Sunday, June 17, 2007

Judge Michel writes Senators Leahy, Specter on June 13

Further to a letter by Judge Michel to a member of Congr. Berman's staff, Judge Michel has written a letter to Senators Leahy and Specter, dated June 13, 2007, which touches on interlocutory appeal and damages apportionment provisions of S.1145.

Judge Michel states that the proposed provision in S.1145 amounts to a third avenue of appeal. Judge Michel refers to a study by Jay Kesan that the proposed provision could double the number of appeals. (no citation is given to the study).

Judge Michel turns to damage apportionment issues, and refers to the paper by William Rooklidge, available at http://www.patentsmatter.com.

At page 2 of his letter, Judge Michel notes that the average patent trial takes 11 months from filing to opinion. He suggests that with the third appeal pathway this time might possibly double, and observes "such extended delays would be intolerable from the standpoint of the corporate litigants." [emphasis added]

**Separately

Gene Quinn at PLI's patentcenter wrote about the letter of five Republican Senators to Leahy noting that now that a specific patent reform proposal is up for consideration further hearings are appropriate to obtain information and insight relative to the specific reform changes proposed. The input of Judge Michel is directed to the SPECIFIC reform changes proposed.

In a different post, Quinn writes about KSR v. Teleflex:

In a pre-KSR world it would seem that this baseball glove patent [US 6,571,394] could not have issued, or at least one would hope that if KSR gets applied on any level it could at least be applied in a way that would prevent the issuance of obscure, wacky and weird patents. For the time being we can certainly observe that the KSR standard, which provides little or no object guidance regarding when references should be combined in the absence of a teaching, suggestion or motivation, should address “inventions” like this one and perhaps make it harder for invention scams to exist.

On one level the KSR is a wonderful decision because it make this and other quasi-inventions unpatentable, thereby returning credibility to the term “patented.” On many other levels, however, KSR remains troubling for me. The lack of any real guidance suggests that clients are in for some challenging and uncertain times. While uncertainty may be a good thing for those who bill by the hour, I wonder about the damage that could be done because it seems that now an examiner can reject claims for virtually any reason under KSR. It seems to me that the Supreme Court took out and discharged an elephant gun, but was aiming not at an elephant, but a much smaller mammal. Not necessarily a mouse, but certainly not an elephant. This suggests to me that there will be collateral damage, but just how much damage remains to be seen.

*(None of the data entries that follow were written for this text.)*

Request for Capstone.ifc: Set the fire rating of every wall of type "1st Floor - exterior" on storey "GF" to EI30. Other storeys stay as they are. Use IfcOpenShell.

First a look at what the model holds.

```python
import ifcopenshell
import ifcopenshell.util.element

model = ifcopenshell.open("Capstone.ifc")
print(model.schema)
storey = next(s for s in model.by_type("IfcBuildingStorey") if s.Name == "GF")
walls = [e for e in ifcopenshell.util.element.get_decomposition(storey) if e.is_a("IfcWall")]
seen = {}
for e in walls:
    element_type = ifcopenshell.util.element.get_type(e)
    key = (element_type.Name if element_type != e and element_type else None, ifcopenshell.util.element.get_pset(e, "Pset_WallCommon", "FireRating"))
    seen[key] = seen.get(key, 0) + 1
for (name, value), count in sorted(seen.items(), key=str):
    print(count, "x", name, "|", value)
```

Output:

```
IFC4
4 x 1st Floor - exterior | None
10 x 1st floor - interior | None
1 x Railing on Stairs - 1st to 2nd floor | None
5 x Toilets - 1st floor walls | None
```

```python
import ifcopenshell
import ifcopenshell.api.pset
import ifcopenshell.util.element

model = ifcopenshell.open("Capstone.ifc")

storey = next(s for s in model.by_type("IfcBuildingStorey") if s.Name == "GF")
walls = [e for e in ifcopenshell.util.element.get_decomposition(storey) if e.is_a("IfcWall")]

count = 0
for e in walls:
    element_type = ifcopenshell.util.element.get_type(e)
    if element_type in (None, e) or element_type.Name != "1st Floor - exterior":
        continue
    # add_pset returns the element's existing set when there is one.
    pset = ifcopenshell.api.pset.add_pset(model, product=e, name="Pset_WallCommon")
    ifcopenshell.api.pset.edit_pset(model, pset=pset, properties={"FireRating": "EI30"})
    count += 1

print(count, "walls updated")

model.write("Capstone_rev.ifc")
```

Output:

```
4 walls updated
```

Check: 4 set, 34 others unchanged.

IPBiz notes that KSR allowed the phrase "common sense" to be substituted for reasoning which was written down and reviewable. In that sense, it was a step backward for objective analysis. And people are still debating whether the TSM test has been eliminated. The KSR decision was not a model of clarity. But "uncertainty may be a good thing for those who bill by the hour," so don't expect much complaining from those who benefit.